The following text is copyright 2007 by Network World, permission is hearby given for reproduction, as long as attribution is given and this notice is included.
Google: looking good by doing less evil
By: Scott Bradner
Google made news in mid march by saying that they were going to reduce the length of time that they keep of personally identifiable information they are going to keep about their users from infinite to merely obscene. There are some positives in this announcement but it mostly emphasises how bad things are now, and will continue to be.
Google announced their new plans in a blog entry on March 14th. ("Taking steps to further improve our privacy practices" http://googleblog.blogspot.com/2007/03/taking-steps-to-further-improve-our.html.) Google had been under pressure for a log time over their assumption that it was fine to keep a lifelong record of every search query each of their users ever executed along with the IP address the query was executed from and a cookie ID to link together queries from your computer even if the IP address changes.
Google is not alone in this belief, to one degree or another all of the search engine companies have said they save the same basic information -- although AOL says they do not keep IP addresses.
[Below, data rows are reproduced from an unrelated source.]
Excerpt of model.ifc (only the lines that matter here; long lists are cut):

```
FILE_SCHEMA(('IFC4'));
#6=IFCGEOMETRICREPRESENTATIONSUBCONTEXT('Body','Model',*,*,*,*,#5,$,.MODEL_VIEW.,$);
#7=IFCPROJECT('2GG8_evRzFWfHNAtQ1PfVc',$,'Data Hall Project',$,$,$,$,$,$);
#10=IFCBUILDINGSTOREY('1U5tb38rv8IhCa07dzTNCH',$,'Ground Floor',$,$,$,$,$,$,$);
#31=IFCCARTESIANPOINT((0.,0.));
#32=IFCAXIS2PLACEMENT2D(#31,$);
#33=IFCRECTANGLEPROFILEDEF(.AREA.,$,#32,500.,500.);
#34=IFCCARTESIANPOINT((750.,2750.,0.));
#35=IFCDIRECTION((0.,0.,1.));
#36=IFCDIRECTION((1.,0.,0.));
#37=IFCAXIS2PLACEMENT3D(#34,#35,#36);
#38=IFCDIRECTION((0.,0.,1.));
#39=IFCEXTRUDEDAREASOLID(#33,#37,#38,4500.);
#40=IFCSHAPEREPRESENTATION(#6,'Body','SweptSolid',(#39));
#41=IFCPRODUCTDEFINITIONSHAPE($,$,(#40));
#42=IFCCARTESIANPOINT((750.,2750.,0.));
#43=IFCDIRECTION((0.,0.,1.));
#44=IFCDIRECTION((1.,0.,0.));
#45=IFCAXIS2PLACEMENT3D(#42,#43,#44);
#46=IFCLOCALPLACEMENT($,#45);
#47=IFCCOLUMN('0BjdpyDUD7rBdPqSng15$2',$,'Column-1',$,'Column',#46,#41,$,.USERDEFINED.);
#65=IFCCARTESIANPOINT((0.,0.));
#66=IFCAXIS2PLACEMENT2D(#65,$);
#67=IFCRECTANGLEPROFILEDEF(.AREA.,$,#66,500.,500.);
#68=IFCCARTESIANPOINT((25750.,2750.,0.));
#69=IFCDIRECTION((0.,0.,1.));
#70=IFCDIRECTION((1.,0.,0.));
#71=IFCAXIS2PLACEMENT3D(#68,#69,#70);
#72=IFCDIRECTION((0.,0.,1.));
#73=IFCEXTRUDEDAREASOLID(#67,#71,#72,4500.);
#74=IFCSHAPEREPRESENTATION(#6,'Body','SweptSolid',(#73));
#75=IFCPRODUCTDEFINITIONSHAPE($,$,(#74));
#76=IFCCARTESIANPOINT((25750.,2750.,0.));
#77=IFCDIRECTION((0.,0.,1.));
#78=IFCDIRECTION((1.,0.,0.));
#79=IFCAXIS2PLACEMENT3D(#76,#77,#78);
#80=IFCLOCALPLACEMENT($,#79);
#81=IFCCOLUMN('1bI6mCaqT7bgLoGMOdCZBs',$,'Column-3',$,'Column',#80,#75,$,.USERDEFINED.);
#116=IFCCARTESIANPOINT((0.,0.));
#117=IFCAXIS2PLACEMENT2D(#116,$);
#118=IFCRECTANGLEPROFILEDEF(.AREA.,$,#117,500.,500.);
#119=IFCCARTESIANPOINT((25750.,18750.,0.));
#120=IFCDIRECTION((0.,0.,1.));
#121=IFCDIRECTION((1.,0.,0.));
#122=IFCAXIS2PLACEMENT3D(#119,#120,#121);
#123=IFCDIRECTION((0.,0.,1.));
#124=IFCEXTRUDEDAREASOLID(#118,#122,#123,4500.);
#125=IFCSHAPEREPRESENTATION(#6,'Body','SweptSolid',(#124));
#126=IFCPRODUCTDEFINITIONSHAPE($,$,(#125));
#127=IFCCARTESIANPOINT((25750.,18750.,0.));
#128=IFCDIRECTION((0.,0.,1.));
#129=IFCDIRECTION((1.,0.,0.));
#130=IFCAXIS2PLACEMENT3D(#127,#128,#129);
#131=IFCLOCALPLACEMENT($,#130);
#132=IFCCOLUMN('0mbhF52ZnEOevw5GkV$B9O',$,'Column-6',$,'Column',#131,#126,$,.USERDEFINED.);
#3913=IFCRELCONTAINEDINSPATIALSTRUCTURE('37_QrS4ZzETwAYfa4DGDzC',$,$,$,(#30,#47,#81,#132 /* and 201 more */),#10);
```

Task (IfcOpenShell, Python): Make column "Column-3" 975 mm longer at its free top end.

```python
import ifcopenshell
import ifcopenshell.util.representation

model = ifcopenshell.open("model.ifc")

member = model.by_guid("1bI6mCaqT7bgLoGMOdCZBs")
change = 0.975

# The extrusion runs towards the end named, so only its depth changes.
body = ifcopenshell.util.representation.get_representation(member, "Model", "Body")
solid = body.Items[0]
old_length = solid.Depth
solid.Depth += change

print(f"length {old_length:g} -> {solid.Depth:g}")

model.write("model_v2.ifc")
```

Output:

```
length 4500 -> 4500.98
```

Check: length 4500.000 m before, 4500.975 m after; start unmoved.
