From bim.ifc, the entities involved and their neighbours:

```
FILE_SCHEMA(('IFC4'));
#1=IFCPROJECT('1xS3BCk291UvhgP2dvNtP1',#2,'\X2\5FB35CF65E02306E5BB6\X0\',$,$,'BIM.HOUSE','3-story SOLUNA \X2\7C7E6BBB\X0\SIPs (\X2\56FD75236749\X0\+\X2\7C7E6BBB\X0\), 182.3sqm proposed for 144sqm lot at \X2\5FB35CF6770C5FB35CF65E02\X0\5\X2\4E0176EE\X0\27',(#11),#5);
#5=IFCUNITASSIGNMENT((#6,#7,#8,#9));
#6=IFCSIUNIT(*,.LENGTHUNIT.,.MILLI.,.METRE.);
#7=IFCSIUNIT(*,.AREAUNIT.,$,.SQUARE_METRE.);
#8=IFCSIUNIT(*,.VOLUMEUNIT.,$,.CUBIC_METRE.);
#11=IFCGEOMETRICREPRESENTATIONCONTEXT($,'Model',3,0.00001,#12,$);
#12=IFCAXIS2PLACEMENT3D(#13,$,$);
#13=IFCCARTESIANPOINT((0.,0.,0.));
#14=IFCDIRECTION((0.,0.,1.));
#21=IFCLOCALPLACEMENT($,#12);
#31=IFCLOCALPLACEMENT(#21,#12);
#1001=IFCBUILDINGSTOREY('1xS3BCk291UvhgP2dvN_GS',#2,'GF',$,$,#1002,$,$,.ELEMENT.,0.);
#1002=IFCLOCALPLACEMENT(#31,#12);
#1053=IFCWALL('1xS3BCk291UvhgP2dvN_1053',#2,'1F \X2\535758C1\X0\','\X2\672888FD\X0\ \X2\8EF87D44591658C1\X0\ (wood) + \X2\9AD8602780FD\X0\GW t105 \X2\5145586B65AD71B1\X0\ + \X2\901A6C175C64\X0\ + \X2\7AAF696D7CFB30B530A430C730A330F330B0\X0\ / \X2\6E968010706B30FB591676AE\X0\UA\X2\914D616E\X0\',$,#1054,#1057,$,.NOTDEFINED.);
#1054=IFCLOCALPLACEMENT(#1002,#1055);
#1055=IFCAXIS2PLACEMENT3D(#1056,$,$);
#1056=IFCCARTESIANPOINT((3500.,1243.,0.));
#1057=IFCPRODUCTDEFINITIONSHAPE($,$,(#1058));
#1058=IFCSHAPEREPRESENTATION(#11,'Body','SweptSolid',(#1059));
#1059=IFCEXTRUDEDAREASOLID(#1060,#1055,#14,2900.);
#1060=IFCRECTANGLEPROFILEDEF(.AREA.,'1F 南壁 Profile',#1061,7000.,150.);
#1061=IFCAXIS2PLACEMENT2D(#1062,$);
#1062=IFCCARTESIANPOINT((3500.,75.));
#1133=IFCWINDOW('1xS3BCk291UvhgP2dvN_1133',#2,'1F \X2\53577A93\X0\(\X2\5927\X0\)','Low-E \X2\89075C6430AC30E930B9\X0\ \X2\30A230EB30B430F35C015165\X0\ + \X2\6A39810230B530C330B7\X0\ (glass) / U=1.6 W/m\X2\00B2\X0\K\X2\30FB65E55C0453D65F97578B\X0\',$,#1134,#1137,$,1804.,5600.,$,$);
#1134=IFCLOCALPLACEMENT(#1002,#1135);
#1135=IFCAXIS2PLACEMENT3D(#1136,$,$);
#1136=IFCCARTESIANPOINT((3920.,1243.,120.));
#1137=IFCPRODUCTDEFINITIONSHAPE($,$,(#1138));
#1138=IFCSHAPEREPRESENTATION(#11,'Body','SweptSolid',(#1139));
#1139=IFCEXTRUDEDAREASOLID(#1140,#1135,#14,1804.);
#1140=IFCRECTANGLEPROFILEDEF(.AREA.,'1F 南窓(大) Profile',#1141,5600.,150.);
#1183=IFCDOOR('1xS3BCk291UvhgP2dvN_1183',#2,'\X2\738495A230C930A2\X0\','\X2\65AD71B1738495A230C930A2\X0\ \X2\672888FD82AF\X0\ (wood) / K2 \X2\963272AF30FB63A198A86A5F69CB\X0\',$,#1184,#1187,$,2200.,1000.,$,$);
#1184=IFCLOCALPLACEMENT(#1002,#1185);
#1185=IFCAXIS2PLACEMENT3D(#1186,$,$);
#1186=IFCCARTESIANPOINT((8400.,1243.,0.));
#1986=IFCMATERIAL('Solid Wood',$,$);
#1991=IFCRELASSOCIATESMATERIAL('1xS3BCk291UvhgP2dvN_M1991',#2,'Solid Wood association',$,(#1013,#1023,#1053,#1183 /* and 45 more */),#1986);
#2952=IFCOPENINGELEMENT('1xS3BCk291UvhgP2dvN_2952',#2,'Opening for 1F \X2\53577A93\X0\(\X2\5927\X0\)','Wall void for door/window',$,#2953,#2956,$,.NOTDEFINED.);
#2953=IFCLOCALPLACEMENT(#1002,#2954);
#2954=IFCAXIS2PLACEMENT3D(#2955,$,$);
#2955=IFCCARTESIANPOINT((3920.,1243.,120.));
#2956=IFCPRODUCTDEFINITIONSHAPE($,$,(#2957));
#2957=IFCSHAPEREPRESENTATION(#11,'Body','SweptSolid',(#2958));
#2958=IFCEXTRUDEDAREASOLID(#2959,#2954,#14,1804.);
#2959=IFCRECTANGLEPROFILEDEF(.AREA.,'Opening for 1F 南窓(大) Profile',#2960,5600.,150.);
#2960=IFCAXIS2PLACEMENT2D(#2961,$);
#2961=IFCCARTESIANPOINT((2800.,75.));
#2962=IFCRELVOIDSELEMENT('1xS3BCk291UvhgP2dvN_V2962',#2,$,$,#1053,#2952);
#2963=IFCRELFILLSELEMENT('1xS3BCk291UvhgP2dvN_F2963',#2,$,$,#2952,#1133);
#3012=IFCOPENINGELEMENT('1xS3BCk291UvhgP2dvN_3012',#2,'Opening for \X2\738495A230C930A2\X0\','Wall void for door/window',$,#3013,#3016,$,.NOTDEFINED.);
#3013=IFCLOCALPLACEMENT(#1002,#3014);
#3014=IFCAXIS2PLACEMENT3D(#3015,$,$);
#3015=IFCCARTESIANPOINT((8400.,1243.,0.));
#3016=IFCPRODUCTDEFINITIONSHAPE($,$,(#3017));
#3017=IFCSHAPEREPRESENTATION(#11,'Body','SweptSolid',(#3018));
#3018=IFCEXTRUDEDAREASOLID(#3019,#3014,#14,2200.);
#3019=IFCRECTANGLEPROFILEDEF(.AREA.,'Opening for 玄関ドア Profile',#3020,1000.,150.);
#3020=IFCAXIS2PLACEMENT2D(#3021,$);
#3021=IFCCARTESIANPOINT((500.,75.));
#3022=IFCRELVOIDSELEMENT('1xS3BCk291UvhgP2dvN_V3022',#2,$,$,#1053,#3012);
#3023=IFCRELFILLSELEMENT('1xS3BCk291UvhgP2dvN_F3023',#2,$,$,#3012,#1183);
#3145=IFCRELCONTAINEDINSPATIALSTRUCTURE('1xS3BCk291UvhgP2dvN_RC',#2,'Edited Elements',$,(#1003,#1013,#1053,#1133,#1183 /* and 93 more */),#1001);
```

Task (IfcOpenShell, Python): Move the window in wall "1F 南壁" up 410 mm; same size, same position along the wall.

```python
import numpy as np
import ifcopenshell
import ifcopenshell.api.geometry
import ifcopenshell.util.placement
import ifcopenshell.util.unit

model = ifcopenshell.open("bim.ifc")
unit_scale = ifcopenshell.util.unit.calculate_unit_scale(model)

window = model.by_id(1133)
opening = window.FillsVoids[0].RelatingOpeningElement
dz = 410.0

shift = np.array([0.0, 0.0, dz])
# The window is not placed relative to its opening, so move both.
for product in (opening, window):
    matrix = ifcopenshell.util.placement.get_local_placement(product.ObjectPlacement)
    matrix[:3, 3] += shift
    ifcopenshell.api.geometry.edit_object_placement(model, product=product, matrix=matrix, is_si=False)

print(f"moved by {dz * unit_scale:+.3f} m")

model.write("bim-out.ifc")
```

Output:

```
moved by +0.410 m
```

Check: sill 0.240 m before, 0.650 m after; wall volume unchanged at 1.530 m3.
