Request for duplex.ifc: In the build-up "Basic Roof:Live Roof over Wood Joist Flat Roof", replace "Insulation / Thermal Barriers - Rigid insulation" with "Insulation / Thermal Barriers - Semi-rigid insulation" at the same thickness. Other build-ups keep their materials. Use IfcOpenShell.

First a look at what the model holds.

```python
import ifcopenshell
import ifcopenshell.util.element

model = ifcopenshell.open("duplex.ifc")
print(model.schema)
for layer_set in model.by_type("IfcMaterialLayerSet"):
    if layer_set.LayerSetName == "Basic Roof:Live Roof over Wood Joist Flat Roof":
        for layer in layer_set.MaterialLayers:
            print(layer.id(), layer.Material and layer.Material.Name, layer.LayerThickness, sep=" | ")
        print(len(ifcopenshell.util.element.get_elements_by_material(model, layer_set)), "elements and types use it")
print(sorted(m.Name for m in model.by_type("IfcMaterial") if m.Name)[:60])
```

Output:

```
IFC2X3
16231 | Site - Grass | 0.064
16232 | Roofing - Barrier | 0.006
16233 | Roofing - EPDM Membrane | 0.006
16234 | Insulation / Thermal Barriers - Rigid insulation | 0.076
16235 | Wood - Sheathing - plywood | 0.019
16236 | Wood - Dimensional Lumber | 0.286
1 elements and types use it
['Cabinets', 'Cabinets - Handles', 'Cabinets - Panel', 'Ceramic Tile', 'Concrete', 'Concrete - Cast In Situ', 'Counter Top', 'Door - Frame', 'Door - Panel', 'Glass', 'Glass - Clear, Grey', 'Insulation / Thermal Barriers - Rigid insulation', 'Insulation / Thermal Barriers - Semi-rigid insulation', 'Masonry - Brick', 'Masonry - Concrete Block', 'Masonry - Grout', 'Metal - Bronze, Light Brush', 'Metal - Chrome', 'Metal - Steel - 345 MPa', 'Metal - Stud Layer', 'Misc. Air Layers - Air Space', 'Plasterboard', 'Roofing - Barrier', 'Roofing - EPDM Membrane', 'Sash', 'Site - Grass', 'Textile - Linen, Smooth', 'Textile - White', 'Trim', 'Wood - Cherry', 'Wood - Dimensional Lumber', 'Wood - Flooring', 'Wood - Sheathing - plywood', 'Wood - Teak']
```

```python
import ifcopenshell
import ifcopenshell.api.material

model = ifcopenshell.open("duplex.ifc")

layer_set = next(s for s in model.by_type("IfcMaterialLayerSet") if s.LayerSetName == "Basic Roof:Live Roof over Wood Joist Flat Roof")
layer = next(l for l in layer_set.MaterialLayers if l.Material and l.Material.Name == "Insulation / Thermal Barriers - Rigid insulation")
material = next(m for m in model.by_type("IfcMaterial") if m.Name == "Insulation / Thermal Barriers - Semi-rigid insulation")

# Point this one layer at the other material; renaming the old one would change it everywhere.
ifcopenshell.api.material.edit_layer(model, layer=layer, attributes={}, material=material)

print([l.Material.Name if l.Material else None for l in layer_set.MaterialLayers])

model.write("duplex-out.ifc")
```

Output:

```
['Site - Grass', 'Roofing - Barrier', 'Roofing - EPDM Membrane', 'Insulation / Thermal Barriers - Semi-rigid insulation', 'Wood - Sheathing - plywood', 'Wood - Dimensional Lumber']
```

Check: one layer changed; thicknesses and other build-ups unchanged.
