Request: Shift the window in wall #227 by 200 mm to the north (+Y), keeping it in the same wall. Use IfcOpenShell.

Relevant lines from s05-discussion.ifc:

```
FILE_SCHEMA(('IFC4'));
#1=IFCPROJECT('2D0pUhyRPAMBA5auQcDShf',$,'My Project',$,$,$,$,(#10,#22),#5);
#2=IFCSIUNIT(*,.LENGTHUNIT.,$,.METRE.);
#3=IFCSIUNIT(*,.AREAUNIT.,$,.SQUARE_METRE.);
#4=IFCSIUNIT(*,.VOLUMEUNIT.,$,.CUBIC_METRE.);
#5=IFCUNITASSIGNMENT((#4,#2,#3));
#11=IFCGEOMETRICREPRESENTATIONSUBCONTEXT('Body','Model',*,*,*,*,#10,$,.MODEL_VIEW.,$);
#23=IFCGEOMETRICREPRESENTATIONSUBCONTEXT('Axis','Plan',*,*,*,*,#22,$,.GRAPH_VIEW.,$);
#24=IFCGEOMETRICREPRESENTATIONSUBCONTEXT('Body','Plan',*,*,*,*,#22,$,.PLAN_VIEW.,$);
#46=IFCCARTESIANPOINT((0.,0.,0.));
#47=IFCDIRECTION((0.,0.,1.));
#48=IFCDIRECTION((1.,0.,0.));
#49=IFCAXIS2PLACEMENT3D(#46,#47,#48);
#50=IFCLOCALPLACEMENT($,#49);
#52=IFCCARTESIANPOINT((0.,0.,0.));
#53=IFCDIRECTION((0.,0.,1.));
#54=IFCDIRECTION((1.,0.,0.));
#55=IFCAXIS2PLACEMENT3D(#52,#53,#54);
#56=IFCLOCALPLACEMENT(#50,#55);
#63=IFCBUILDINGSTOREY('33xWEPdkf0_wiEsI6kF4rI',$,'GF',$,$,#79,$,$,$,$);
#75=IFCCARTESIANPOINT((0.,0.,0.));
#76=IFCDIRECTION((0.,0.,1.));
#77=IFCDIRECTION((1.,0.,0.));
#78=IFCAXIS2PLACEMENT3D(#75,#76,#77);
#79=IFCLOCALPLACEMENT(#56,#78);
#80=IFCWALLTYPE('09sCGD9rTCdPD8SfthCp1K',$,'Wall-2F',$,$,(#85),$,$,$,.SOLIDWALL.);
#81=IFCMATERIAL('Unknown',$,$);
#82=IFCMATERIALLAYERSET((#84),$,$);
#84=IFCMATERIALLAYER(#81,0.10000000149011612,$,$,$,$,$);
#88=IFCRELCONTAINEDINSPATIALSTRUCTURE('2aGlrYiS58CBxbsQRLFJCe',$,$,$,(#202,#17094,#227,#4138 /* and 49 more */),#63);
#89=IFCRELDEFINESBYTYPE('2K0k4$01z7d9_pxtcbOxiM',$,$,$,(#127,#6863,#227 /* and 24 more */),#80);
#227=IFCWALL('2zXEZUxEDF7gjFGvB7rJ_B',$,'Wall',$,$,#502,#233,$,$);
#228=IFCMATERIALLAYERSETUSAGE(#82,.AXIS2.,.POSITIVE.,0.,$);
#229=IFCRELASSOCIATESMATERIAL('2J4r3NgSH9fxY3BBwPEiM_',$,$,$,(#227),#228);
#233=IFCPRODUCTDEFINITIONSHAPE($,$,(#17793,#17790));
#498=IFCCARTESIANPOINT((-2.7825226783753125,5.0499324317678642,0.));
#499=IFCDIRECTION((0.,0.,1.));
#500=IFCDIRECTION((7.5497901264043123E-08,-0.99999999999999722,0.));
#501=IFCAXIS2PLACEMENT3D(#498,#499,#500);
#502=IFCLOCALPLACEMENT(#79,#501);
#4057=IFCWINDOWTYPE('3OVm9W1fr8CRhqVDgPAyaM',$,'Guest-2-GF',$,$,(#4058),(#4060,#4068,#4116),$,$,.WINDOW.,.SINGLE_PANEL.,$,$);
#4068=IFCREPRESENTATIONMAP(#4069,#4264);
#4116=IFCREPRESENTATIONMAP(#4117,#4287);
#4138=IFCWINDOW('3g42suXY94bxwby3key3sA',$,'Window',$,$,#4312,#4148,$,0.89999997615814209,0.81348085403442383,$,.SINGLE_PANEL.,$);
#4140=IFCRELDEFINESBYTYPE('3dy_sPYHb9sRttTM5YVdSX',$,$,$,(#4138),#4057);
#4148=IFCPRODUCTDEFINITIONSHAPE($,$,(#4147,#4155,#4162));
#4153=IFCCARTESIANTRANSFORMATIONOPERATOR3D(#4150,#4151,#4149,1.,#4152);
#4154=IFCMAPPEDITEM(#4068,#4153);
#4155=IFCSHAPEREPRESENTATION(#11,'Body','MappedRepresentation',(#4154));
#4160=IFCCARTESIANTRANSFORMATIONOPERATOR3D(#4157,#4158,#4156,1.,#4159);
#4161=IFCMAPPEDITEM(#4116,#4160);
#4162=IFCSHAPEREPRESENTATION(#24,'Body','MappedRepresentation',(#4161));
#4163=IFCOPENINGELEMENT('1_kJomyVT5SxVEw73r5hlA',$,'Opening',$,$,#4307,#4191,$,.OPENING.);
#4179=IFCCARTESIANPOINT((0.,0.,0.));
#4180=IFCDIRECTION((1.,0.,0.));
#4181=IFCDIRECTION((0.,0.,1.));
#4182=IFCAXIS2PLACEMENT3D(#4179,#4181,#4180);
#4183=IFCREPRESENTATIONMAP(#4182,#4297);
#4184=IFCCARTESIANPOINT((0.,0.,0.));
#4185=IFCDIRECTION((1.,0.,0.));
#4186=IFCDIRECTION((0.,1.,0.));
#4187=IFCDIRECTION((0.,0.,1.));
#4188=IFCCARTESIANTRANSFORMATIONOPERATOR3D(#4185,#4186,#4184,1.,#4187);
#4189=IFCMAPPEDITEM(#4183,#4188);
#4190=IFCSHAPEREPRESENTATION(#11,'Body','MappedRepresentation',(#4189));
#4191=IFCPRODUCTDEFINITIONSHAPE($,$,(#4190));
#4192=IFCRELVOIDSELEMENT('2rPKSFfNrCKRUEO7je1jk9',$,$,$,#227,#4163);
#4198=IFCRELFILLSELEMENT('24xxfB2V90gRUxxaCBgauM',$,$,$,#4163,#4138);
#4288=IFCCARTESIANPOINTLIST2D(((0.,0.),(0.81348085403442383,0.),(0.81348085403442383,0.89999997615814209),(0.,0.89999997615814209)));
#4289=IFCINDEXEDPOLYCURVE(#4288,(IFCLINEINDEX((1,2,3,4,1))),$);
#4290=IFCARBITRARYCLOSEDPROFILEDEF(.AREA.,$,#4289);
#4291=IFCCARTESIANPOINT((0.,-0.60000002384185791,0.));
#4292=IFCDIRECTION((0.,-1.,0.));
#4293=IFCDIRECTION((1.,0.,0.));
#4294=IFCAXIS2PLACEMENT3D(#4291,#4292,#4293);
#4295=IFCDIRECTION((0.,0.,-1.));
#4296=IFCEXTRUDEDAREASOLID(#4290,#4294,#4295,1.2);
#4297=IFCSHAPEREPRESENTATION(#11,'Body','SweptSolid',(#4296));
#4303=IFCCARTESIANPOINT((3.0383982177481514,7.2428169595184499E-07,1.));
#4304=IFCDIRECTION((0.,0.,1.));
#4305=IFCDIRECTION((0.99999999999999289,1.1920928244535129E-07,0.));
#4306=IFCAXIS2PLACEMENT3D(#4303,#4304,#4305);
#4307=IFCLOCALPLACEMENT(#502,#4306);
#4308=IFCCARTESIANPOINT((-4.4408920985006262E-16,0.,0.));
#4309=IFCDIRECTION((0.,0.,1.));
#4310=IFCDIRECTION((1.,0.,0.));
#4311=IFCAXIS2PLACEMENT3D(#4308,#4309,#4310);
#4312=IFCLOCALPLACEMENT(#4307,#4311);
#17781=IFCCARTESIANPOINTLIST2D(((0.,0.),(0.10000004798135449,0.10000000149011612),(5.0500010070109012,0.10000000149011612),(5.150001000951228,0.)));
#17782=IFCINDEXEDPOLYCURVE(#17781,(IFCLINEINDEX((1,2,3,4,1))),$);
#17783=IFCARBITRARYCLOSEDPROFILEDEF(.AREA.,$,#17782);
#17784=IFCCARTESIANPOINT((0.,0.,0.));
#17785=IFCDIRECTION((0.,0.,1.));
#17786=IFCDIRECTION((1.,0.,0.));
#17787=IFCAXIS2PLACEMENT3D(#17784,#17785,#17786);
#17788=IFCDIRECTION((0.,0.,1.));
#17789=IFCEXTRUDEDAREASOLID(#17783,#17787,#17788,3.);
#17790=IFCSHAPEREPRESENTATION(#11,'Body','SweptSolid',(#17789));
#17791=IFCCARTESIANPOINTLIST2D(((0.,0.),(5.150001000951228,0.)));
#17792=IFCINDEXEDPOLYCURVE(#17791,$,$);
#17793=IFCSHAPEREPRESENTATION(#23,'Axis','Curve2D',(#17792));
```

```python
import ifcopenshell
import ifcopenshell.api.geometry
import ifcopenshell.util.placement

model = ifcopenshell.open("s05-discussion.ifc")

window = model.by_id(4138)
opening = window.FillsVoids[0].RelatingOpeningElement
wall = opening.VoidsElements[0].RelatingBuildingElement

wall_matrix = ifcopenshell.util.placement.get_local_placement(wall.ObjectPlacement)
shift = wall_matrix[:3, 0] * -0.2
before = ifcopenshell.util.placement.get_local_placement(window.ObjectPlacement)[:3, 3].copy()

# The window is placed relative to its opening, so it follows when the opening moves.
matrix = ifcopenshell.util.placement.get_local_placement(opening.ObjectPlacement)
matrix[:3, 3] += shift
ifcopenshell.api.geometry.edit_object_placement(
    model, product=opening, matrix=matrix, is_si=False, should_transform_children=True
)

after = ifcopenshell.util.placement.get_local_placement(window.ObjectPlacement)[:3, 3]
print("window moved by", (after - before).round(3) + 0.0)

model.write("s05-discussion-out.ifc")
```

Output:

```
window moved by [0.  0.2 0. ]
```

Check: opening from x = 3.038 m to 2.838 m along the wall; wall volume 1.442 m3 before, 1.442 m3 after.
Google does not exactly say why they think they need to keep a record of all of your queries -- their log retention FAQ (http://220.127.116.11/blog_resources/google_log_retention_policy_faq.pdf) says vaguely "We use this information to improve the quality of our services and for other business purposes. For example, we use this information for fraud detection and prevention purposes, to identify system problems and to combat denial of service attacks." But it is reasonable to assume that the main reason they keep the logs is that they are trying to get in our heads to see how we think so they can feed us ads that we will respond to. Google has done quite well in convincing advertisers that they know how to do this and the logs are the way they do it.
But even given this actual reason for the logs its hard to see that they need years worth of logs in which individual searchers can be easily identified -- under their new policy they will maintain logs forever but will do some simple tweaks to the data after 18-24 months to make it a little harder to identify the individual searcher. These tweaks are not likely to be all that effective in actually hiding people's identities as AOL found out when they released a pile of similar data. (See Thanks for nothing AOL http://www.networkworld.com/columnists/2006/082806bradner.html) I would think that the most reliable information Google needs to know about me in order to target ads comes from the last few months - its not all that often that I'll still be interested in a topic I was looking at 4 years ago.
Google says that the 18-24 month duration was chosen to be compatible with possible future data retention laws in various parts of the world. But the FAQ admits that the laws generally not exist yet and when they do the retention period could be as short as 6 months. Why not make the Google retention period be based on the laws where the hardware is located?
Maybe Google just wants an excuse for long retention because it is afraid that it has not yet thought of all the ways it can exploit the information it has about us.
Google has come very late to the realization that some people are worried about the information Google stores about them. This is a good first step but it would be far better for Google to actually anonymize their information in a few days or weeks rather than years.
disclaimer: Harvard does not forget easily, at least its former students since they are a revenue source, but has not expressed an opinion on others remembering activities so the above is my own opinion.